- **Exercise details**
Across all the entries below, how many lines contain the string "IFCEXTRUDEDAREASOLID"? The number by itself is the answer.

[[ Given information, beginning ]]

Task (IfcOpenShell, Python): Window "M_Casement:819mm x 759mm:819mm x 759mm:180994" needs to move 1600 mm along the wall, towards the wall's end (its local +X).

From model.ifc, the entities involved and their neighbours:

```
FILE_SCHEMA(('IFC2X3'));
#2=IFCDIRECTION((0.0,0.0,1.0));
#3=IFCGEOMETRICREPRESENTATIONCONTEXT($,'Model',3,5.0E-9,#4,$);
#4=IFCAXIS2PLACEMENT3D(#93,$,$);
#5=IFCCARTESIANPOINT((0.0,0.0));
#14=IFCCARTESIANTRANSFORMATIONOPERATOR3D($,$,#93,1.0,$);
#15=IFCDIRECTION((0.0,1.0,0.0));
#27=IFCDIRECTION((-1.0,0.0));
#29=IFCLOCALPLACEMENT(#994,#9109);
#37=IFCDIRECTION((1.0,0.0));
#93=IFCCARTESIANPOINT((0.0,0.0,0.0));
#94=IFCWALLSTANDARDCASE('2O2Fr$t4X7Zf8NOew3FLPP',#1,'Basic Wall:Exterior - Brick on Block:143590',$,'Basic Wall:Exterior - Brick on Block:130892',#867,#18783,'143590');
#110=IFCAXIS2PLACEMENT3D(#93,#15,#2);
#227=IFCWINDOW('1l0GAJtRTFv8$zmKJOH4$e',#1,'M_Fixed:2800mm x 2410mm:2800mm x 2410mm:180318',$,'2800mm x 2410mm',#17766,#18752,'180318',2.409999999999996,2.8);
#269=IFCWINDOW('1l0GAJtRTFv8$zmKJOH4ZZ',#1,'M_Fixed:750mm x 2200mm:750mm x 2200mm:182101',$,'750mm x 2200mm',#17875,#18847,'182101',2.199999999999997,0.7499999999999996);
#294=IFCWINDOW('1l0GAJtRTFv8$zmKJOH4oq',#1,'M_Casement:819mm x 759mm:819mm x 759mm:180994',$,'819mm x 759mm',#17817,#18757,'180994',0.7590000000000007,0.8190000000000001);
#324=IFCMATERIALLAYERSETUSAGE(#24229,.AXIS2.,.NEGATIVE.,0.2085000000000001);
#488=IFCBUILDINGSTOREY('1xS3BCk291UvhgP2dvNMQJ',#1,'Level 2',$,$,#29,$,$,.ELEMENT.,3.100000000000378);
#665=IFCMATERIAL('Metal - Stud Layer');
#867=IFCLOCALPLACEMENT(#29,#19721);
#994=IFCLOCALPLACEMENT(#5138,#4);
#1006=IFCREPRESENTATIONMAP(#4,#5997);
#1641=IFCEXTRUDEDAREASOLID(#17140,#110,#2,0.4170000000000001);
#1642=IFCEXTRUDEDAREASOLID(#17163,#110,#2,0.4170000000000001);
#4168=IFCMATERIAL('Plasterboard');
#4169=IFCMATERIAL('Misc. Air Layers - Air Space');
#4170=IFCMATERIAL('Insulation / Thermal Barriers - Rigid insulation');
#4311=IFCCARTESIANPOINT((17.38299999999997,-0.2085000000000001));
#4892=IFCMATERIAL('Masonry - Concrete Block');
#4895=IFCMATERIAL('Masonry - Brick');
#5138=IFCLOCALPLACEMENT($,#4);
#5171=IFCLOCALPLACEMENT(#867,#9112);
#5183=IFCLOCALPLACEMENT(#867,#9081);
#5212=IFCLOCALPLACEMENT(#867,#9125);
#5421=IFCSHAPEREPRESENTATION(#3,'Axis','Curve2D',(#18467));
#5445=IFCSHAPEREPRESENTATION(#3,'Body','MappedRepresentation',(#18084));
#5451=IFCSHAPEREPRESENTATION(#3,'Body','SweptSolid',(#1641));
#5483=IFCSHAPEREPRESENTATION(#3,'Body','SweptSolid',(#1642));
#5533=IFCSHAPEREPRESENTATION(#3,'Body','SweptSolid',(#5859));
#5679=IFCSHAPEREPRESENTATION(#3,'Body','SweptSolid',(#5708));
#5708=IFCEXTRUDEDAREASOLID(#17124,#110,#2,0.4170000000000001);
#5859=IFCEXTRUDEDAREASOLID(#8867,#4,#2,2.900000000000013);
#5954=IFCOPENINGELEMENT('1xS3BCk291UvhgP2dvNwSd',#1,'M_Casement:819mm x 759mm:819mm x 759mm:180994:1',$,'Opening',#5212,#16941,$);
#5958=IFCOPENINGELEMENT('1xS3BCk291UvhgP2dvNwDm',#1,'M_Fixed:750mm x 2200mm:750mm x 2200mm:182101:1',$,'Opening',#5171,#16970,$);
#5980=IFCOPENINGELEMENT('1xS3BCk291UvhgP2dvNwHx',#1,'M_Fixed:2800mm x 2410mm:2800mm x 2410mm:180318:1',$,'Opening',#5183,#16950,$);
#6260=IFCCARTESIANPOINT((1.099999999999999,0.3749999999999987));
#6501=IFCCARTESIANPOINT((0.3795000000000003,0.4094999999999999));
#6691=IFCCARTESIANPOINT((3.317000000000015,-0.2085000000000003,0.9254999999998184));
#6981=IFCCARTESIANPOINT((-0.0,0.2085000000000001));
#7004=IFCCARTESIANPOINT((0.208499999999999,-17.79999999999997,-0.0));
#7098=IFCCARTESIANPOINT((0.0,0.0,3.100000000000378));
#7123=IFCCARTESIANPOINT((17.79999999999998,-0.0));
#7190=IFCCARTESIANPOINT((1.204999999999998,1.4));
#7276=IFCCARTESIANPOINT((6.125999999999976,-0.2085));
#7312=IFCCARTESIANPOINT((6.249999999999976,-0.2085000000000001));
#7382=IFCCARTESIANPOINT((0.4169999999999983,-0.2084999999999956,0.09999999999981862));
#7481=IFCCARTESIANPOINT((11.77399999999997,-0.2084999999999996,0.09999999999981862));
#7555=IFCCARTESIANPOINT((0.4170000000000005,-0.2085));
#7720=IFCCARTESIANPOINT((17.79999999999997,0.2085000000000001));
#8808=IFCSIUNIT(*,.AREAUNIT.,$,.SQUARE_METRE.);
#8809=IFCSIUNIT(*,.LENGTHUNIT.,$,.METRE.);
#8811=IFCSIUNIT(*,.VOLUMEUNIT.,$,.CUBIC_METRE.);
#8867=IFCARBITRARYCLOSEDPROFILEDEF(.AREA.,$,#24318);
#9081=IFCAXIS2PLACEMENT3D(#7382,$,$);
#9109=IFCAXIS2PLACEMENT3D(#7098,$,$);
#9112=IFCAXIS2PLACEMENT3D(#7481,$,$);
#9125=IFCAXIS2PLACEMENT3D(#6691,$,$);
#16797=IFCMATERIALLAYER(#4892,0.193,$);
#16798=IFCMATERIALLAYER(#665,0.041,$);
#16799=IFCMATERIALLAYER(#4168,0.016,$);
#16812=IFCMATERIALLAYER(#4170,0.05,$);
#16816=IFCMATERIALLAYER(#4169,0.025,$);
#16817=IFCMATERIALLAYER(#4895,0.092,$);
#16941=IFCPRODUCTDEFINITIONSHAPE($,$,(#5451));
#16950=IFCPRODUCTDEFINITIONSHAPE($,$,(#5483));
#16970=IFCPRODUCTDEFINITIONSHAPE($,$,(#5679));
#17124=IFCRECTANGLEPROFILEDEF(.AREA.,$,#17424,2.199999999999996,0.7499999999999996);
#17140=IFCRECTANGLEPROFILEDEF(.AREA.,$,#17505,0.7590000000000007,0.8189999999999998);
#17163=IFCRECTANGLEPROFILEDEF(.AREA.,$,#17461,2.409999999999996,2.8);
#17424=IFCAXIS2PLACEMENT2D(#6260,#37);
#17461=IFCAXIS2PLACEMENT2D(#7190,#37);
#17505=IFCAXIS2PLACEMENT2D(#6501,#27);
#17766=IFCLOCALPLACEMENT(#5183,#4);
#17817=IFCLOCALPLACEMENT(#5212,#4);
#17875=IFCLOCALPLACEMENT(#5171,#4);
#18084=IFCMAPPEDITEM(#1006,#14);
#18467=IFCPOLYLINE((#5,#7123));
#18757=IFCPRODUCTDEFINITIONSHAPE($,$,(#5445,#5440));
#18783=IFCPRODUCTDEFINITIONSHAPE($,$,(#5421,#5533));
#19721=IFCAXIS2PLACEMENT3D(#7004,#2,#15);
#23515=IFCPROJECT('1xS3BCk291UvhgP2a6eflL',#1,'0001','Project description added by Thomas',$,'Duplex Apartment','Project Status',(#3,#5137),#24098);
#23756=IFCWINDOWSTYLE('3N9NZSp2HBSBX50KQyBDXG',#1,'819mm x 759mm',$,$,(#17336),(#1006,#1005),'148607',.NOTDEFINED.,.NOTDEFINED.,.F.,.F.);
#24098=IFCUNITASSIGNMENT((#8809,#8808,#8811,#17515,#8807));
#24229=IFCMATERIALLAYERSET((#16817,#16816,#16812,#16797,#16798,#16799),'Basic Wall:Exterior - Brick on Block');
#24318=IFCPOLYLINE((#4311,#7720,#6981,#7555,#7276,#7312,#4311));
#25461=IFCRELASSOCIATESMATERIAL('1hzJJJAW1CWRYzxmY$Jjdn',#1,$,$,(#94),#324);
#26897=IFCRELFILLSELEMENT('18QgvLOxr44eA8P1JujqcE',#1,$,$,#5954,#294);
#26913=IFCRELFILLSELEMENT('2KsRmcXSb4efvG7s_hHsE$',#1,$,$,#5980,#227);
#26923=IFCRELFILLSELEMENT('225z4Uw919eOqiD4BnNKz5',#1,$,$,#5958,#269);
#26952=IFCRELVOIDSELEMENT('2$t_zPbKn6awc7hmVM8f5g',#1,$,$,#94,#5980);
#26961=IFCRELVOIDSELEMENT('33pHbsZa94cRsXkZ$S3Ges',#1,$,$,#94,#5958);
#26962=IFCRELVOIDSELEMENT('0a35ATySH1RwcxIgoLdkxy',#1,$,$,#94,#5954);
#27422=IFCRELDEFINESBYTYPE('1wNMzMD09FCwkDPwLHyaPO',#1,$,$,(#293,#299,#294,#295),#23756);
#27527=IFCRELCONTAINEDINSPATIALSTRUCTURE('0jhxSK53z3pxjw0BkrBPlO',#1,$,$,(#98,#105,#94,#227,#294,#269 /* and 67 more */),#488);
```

```python
import ifcopenshell
import ifcopenshell.api.geometry
import ifcopenshell.util.placement
import ifcopenshell.util.unit

model = ifcopenshell.open("model.ifc")
unit_scale = ifcopenshell.util.unit.calculate_unit_scale(model)

window = model.by_id(294)
opening = window.FillsVoids[0].RelatingOpeningElement
wall = opening.VoidsElements[0].RelatingBuildingElement

wall_matrix = ifcopenshell.util.placement.get_local_placement(wall.ObjectPlacement)
shift = wall_matrix[:3, 0] * 1.6 / unit_scale
before = ifcopenshell.util.placement.get_local_placement(window.ObjectPlacement)[:3, 3].copy()

# The window is placed relative to its opening, so it follows when the opening moves.
matrix = ifcopenshell.util.placement.get_local_placement(opening.ObjectPlacement)
matrix[:3, 3] += shift
ifcopenshell.api.geometry.edit_object_placement(
    model, product=opening, matrix=matrix, is_si=False, should_transform_children=True
)

after = ifcopenshell.util.placement.get_local_placement(window.ObjectPlacement)[:3, 3]
print("window moved by", (after - before).round(3) + 0.0)

model.write("model_edited.ifc")
```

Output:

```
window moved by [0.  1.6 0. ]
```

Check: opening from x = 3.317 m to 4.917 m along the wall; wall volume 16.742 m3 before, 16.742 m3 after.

[[ Given information, end ]]

- **Completed task**
4